For those of you who watch Anime or read Manga your aware of the series(or multiple series) know as Gundam. These range in different size and scope depending on the specific series but here we are focusing mainly on Gundam Seed, and Gundam Seed: Destiny. My idea focuses around the idea that each person is a Gundam pilot, controlling there specfic gundam in a tactical team for one of the competing factions. Each person pics a Mobile Suit(the technical term for them) and equipts it with weapons of their choice. They then go throughout the campaign working in a group with fellow players. Within the game however they may decide to fight against the group and work for the opposing faction. For example if the group works for the ZAFT forces a player may leave and fight for the Federation Faction, or Orb Union. this leaves a wide range for how the story would play out, and also gives the player some breathing room to design his characters own destiny.

This is somewhat based off the Anime RPG called Macrosse, and a smaller Gundam RPG I found online for those wondering. My question to you all is simply this, if presented such a RPG scenario would you be interested in joining? secondly any advice into which way to proceed with such a thread would be very much appriciated, thank you. :victory:


----------



## Serpion5 (Mar 19, 2010)

This concept can work, however I have a few questions and concerns. 

First up, I have not watched Gundam Seed and don`t plan to.  

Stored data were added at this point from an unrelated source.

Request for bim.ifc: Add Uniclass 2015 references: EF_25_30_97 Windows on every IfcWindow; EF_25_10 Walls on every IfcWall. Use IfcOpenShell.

First a look at what the model holds.

```python
import ifcopenshell

model = ifcopenshell.open("bim.ifc")
print(model.schema)
print("classifications:", [c.Name for c in model.by_type("IfcClassification")])
for ifc_class in ("IfcDoor", "IfcRoof", "IfcStair", "IfcWall", "IfcWindow"):
    print(ifc_class, len(model.by_type(ifc_class)))
```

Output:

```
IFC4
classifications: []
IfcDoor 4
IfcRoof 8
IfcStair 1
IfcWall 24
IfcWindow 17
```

```python
import ifcopenshell
import ifcopenshell.api.classification

model = ifcopenshell.open("bim.ifc")

system = ifcopenshell.api.classification.add_classification(model, classification="Uniclass 2015")

codes = {
    "IfcWindow": ("EF_25_30_97", "Windows"),
    "IfcWall": ("EF_25_10", "Walls"),
}
for ifc_class, (code, name) in codes.items():
    products = model.by_type(ifc_class)
    ifcopenshell.api.classification.add_reference(
        model, products=products, classification=system, identification=code, name=name
    )
    print(code, len(products))

model.write("bim_v2.ifc")
```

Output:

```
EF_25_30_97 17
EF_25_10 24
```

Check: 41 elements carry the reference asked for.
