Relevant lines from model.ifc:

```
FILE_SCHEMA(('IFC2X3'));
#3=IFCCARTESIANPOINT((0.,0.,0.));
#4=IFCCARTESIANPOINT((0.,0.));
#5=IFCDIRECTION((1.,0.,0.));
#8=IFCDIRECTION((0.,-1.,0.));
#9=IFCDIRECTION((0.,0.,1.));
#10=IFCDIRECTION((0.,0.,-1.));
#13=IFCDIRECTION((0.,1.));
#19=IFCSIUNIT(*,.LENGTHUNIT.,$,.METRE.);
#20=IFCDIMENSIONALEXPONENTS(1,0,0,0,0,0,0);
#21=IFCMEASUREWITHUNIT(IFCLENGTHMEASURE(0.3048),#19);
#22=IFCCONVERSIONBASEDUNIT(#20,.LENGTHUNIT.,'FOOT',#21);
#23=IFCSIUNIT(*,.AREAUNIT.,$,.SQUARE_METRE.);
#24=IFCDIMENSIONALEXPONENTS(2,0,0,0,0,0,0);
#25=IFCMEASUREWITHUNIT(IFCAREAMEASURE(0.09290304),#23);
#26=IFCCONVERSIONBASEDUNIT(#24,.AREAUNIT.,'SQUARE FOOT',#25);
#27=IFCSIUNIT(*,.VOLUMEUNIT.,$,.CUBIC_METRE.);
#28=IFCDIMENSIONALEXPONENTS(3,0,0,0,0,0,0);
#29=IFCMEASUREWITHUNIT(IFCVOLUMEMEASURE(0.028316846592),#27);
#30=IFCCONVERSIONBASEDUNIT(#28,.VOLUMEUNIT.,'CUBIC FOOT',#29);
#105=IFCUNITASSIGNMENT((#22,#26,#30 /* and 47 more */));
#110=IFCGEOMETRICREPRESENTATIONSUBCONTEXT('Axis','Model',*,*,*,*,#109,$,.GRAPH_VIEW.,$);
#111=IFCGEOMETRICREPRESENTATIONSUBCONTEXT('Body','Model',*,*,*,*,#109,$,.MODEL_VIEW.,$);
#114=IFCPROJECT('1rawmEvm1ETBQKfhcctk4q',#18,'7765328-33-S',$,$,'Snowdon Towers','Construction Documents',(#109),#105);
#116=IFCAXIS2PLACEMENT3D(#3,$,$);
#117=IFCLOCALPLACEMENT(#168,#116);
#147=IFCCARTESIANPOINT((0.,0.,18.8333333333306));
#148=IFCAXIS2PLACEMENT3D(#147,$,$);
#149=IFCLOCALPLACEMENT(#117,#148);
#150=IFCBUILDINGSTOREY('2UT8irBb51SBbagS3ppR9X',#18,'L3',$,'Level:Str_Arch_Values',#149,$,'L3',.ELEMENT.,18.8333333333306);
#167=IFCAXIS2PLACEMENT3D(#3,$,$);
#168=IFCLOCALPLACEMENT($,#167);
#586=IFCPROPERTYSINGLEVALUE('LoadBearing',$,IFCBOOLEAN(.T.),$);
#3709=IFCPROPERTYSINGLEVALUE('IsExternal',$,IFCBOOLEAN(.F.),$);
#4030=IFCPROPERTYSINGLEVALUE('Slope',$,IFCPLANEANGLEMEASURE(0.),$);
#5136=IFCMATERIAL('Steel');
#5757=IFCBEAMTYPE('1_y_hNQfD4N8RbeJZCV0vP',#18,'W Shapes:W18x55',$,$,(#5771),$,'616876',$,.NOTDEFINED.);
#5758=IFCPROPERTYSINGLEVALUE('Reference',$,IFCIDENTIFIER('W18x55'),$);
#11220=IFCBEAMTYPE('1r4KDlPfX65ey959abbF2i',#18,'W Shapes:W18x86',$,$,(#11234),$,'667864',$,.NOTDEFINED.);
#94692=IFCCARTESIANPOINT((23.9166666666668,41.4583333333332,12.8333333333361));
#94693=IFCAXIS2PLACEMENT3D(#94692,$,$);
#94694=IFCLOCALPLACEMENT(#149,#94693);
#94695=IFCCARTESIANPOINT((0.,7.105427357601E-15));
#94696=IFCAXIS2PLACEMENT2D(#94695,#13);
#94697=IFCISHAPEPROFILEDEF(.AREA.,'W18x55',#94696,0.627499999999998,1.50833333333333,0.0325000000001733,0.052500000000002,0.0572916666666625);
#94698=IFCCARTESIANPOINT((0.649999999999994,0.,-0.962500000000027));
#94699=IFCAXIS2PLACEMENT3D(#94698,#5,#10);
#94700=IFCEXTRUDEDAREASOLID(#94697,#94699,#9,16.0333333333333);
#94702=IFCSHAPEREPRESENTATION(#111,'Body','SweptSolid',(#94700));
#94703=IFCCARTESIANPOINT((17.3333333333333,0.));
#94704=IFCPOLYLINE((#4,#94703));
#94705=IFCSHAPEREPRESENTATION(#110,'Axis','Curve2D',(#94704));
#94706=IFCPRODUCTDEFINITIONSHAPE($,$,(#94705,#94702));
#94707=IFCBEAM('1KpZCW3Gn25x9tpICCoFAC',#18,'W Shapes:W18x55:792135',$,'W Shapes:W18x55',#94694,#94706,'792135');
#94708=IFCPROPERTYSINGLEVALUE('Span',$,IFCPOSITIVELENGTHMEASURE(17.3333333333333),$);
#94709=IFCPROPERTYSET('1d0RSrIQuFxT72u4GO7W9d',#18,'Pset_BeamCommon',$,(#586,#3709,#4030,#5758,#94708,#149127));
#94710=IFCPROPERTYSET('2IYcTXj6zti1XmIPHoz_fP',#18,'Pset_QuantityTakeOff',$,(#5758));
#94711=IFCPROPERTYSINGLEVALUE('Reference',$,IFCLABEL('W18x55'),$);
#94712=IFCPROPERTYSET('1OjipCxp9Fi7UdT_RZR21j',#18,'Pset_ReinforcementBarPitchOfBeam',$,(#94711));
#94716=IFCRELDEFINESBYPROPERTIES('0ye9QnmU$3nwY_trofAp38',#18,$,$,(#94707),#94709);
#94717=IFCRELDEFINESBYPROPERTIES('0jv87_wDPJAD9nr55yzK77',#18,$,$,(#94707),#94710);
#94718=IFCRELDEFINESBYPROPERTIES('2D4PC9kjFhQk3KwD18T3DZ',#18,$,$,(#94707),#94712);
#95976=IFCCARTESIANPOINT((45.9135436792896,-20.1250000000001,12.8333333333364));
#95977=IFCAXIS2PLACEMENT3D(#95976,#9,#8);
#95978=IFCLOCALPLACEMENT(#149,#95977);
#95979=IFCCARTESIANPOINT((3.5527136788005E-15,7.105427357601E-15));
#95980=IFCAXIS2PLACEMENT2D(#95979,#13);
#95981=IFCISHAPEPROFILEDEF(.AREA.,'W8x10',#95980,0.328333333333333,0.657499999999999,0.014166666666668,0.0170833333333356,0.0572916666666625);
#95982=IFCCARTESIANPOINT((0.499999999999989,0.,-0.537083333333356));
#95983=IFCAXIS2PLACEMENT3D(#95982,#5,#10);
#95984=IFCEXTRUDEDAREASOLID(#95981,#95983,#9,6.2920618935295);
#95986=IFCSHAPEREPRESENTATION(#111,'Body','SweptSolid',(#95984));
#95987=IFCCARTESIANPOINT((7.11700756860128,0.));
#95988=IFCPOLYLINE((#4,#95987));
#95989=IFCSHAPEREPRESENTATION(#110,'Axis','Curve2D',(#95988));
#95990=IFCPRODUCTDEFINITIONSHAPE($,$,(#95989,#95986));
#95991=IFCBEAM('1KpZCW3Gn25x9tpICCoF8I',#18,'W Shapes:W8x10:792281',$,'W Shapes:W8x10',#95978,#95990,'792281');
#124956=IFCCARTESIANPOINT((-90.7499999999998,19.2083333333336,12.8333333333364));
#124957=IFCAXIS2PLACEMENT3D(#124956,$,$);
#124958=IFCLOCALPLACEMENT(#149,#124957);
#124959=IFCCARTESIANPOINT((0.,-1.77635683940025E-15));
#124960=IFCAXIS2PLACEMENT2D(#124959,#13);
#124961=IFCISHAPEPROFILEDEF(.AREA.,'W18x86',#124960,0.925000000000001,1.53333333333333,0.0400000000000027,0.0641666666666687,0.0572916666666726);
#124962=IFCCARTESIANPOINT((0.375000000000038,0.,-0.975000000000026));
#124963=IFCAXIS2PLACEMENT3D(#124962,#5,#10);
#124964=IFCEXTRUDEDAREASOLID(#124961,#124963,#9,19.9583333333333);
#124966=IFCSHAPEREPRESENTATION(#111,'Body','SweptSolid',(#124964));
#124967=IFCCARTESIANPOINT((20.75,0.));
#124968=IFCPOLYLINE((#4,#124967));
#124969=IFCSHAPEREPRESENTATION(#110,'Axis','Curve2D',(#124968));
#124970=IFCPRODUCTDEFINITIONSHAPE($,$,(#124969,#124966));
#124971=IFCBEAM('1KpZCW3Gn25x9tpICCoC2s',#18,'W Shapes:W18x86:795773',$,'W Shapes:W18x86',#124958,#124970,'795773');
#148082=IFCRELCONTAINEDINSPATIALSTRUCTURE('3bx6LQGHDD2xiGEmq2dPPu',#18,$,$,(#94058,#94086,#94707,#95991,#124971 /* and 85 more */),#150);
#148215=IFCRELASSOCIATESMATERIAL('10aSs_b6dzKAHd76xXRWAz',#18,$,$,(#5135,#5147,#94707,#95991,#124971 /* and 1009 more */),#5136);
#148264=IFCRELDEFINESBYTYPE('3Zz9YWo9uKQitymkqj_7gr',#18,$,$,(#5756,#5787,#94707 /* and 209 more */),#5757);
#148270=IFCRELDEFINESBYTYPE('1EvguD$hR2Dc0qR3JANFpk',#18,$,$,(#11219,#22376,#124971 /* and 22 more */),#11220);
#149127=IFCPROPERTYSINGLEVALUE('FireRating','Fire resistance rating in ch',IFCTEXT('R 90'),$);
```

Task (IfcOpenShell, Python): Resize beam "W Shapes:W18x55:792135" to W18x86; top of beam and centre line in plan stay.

```python
import ifcopenshell
import ifcopenshell.api.pset
import ifcopenshell.api.type
import ifcopenshell.util.element
import ifcopenshell.util.representation

model = ifcopenshell.open("model.ifc")

member = model.by_guid("1KpZCW3Gn25x9tpICCoFAC")
source = next(p for p in model.by_type("IfcIShapeProfileDef") if p.ProfileName == "W18x86")

body = ifcopenshell.util.representation.get_representation(member, "Model", "Body")
solid = body.Items[0]
old_profile = solid.SweptArea

# Copy the section's sizes but keep this member's own profile position.
profile = ifcopenshell.util.element.copy(model, source)
# Profiles are centred, so shift by half the change in depth to hold the top.
shift = (old_profile.OverallDepth - profile.OverallDepth) / 2
x, y = old_profile.Position.Location.Coordinates
up = (-1.0, 0.0)  # upwards, in the solid's own plane
location = model.createIfcCartesianPoint((x + up[0] * shift, y + up[1] * shift))
profile.Position = model.createIfcAxis2Placement2D(location, old_profile.Position.RefDirection)
solid.SweptArea = profile
if not model.get_total_inverses(old_profile):
    ifcopenshell.util.element.remove_deep2(model, old_profile)

new_type = model.by_guid("1r4KDlPfX65ey959abbF2i")
ifcopenshell.api.type.assign_type(
    model, related_objects=[member], relating_type=new_type, should_map_representations=False
)
member.Name = member.Name.replace("W18x55", "W18x86")
member.ObjectType = "W Shapes:W18x86"
pset = model.by_id(ifcopenshell.util.element.get_pset(member, "Pset_BeamCommon", should_inherit=False)["id"])
ifcopenshell.api.pset.edit_pset(model, pset=pset, properties={"Reference": "W18x86"})
pset = model.by_id(ifcopenshell.util.element.get_pset(member, "Pset_QuantityTakeOff", should_inherit=False)["id"])
ifcopenshell.api.pset.edit_pset(model, pset=pset, properties={"Reference": "W18x86"})
pset = model.by_id(ifcopenshell.util.element.get_pset(member, "Pset_ReinforcementBarPitchOfBeam", should_inherit=False)["id"])
ifcopenshell.api.pset.edit_pset(model, pset=pset, properties={"Reference": "W18x86"})

print(solid.SweptArea)

model.write("model_rev.ifc")
```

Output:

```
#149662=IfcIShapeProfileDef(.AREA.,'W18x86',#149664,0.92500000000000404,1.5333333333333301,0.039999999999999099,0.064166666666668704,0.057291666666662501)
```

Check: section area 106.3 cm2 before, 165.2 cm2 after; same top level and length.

Also, by allowing players to betray the party you are essentially dividing the plot and forcing yourself to cover multiple angles. This would work better if you took the traditional approach and kept the party together for the duration. 

Also, the level of freedom you allow typically causes problems. Having watched the veterans of the forums and how they run their threads, I really think you need to put a reasonable clamp on what you will allow your players to do. 

Third, don`t rely on players to shape the plot. Have the general direction at least planned out, and let players forge interactions with each other rather than shape the whole universe. 

if I may make a suggestion, rather than base this off a specific show, create a more generic setting. This worked for Midge and Revan with typical Fantasy Archetypes and could work for you as well. 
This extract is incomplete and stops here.